INPUT FOR THIS TASK:
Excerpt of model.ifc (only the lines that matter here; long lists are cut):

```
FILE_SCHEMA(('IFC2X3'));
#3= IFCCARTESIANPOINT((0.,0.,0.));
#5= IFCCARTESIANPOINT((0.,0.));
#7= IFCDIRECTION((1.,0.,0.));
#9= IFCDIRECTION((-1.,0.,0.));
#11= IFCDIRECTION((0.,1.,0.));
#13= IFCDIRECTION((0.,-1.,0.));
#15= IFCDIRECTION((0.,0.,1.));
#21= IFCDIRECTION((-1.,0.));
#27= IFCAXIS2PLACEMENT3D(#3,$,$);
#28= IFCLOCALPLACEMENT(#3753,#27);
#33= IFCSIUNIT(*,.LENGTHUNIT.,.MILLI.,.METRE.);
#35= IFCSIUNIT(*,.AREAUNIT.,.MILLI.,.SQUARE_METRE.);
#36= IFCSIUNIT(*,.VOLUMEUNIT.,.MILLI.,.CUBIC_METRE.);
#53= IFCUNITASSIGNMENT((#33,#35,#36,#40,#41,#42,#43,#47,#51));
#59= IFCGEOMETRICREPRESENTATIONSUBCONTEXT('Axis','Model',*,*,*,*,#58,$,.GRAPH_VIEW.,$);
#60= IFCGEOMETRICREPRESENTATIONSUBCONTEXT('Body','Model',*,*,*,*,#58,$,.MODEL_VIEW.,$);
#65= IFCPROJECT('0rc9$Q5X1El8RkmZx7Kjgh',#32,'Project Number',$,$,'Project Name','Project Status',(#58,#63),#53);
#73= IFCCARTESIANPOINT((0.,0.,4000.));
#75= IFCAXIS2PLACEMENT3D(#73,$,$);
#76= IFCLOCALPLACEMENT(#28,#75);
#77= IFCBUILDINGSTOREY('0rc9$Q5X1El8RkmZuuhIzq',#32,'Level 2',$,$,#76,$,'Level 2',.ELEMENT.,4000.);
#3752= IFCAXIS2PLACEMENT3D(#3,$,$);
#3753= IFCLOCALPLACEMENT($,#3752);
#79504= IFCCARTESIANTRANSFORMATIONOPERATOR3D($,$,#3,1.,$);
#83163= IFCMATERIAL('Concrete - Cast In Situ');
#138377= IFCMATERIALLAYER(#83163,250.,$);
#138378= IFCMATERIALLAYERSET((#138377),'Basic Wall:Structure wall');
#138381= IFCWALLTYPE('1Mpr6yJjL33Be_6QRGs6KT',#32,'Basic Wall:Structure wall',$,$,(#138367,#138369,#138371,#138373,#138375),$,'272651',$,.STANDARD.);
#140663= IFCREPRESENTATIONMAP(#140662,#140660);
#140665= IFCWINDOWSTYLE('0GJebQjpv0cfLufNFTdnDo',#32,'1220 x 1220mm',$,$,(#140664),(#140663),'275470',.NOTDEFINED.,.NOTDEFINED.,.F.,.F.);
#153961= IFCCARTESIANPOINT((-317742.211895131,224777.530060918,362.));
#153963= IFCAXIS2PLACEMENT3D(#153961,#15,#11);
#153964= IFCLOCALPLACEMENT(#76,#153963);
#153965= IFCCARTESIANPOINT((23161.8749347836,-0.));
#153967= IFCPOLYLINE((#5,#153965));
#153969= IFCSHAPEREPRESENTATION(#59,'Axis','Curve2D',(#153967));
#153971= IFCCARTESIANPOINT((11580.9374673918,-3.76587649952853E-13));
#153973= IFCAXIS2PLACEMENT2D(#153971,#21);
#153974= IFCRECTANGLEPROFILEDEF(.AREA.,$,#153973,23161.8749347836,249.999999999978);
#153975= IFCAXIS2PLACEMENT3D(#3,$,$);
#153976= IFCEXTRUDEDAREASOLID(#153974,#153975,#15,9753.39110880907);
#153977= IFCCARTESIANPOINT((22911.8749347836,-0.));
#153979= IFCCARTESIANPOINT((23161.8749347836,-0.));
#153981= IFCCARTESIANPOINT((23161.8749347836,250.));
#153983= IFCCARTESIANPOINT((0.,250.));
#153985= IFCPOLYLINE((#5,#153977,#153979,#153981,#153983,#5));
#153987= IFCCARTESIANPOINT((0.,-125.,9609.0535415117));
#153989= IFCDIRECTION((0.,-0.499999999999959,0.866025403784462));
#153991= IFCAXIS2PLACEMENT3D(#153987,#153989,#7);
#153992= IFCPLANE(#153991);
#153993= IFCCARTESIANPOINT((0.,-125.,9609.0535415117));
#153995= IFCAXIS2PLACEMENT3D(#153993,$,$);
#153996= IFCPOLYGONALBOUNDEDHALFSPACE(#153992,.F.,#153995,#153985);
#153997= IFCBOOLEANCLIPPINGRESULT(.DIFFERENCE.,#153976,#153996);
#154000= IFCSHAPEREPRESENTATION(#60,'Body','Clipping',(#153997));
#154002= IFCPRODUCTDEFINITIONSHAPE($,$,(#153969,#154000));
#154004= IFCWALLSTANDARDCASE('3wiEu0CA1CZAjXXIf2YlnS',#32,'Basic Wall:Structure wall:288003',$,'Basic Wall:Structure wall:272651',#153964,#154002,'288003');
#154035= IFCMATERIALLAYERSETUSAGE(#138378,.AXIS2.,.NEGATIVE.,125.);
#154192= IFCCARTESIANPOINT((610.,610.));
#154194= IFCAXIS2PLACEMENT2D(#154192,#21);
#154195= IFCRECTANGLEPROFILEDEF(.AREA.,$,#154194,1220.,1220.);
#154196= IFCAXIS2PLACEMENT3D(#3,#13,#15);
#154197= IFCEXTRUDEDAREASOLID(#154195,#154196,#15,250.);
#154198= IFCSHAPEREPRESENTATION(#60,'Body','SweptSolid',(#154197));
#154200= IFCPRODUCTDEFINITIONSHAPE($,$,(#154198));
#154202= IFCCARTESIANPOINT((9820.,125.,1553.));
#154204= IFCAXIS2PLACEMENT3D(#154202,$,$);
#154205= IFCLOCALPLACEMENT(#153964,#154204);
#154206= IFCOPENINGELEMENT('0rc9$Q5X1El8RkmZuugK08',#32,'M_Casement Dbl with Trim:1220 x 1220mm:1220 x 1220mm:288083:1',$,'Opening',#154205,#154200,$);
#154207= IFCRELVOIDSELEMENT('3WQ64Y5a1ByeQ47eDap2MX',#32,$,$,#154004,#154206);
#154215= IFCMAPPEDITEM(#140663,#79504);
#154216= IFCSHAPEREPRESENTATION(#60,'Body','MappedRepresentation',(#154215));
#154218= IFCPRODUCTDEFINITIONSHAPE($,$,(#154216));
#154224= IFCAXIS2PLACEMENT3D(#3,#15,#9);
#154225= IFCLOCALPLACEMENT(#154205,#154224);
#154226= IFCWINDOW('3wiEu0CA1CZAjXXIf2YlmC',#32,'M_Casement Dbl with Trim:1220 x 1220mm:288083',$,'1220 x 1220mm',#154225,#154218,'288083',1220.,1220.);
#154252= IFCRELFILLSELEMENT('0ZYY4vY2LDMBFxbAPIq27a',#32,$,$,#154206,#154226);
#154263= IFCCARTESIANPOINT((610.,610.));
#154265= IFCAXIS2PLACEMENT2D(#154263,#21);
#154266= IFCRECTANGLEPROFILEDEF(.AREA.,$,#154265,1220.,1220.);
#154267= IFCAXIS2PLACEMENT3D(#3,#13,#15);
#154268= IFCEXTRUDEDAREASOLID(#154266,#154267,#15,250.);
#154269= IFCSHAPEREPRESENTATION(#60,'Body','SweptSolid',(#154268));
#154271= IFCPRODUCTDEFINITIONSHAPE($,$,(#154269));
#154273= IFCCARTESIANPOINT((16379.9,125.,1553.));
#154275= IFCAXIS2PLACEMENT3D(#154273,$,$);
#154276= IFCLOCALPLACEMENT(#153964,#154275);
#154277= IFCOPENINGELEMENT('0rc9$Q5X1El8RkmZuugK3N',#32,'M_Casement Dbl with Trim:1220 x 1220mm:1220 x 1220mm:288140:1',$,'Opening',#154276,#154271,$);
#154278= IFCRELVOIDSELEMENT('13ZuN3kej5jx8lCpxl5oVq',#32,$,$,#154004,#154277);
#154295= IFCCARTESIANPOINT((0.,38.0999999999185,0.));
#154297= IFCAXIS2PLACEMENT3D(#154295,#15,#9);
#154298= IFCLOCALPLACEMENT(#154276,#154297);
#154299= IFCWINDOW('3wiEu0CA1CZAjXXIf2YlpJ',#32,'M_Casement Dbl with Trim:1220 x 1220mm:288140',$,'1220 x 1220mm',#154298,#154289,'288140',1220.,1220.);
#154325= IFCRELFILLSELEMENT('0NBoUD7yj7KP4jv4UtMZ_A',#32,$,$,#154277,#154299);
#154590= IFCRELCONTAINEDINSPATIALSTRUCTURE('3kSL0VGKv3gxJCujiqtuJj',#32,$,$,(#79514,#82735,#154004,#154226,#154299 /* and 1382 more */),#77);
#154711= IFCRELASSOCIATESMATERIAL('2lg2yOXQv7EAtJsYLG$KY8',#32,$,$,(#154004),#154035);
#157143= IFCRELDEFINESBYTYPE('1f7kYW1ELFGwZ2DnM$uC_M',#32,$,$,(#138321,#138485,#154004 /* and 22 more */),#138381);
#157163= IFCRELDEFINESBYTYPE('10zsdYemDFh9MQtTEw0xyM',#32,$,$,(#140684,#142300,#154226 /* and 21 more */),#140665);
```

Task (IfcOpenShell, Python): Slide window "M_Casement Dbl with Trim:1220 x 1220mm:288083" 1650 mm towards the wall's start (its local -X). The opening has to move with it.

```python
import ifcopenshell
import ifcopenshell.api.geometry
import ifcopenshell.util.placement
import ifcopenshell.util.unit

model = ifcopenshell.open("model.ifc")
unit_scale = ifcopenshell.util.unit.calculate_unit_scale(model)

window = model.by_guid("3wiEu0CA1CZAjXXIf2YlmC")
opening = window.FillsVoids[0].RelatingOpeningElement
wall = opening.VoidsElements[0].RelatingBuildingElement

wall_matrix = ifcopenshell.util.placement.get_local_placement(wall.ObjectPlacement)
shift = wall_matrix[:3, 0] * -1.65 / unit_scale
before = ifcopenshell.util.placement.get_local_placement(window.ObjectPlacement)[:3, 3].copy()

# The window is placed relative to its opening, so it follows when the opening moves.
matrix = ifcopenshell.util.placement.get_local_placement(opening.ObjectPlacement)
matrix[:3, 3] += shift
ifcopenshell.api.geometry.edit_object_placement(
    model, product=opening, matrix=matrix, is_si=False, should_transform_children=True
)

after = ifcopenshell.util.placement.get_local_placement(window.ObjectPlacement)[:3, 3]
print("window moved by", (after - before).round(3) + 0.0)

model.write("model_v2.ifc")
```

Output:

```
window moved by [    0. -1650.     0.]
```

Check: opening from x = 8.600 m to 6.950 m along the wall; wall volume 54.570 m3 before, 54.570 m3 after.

ABOUT THIS EXERCISE:
Search the data above for the string "IFCRELFILLSELEMENT". Report every line where it is found.

RESPONSE BELOW:
#154252= IFCRELFILLSELEMENT('0ZYY4vY2LDMBFxbAPIq27a',#32,$,$,#154206,#154226);
#154325= IFCRELFILLSELEMENT('0NBoUD7yj7KP4jv4UtMZ_A',#32,$,$,#154277,#154299);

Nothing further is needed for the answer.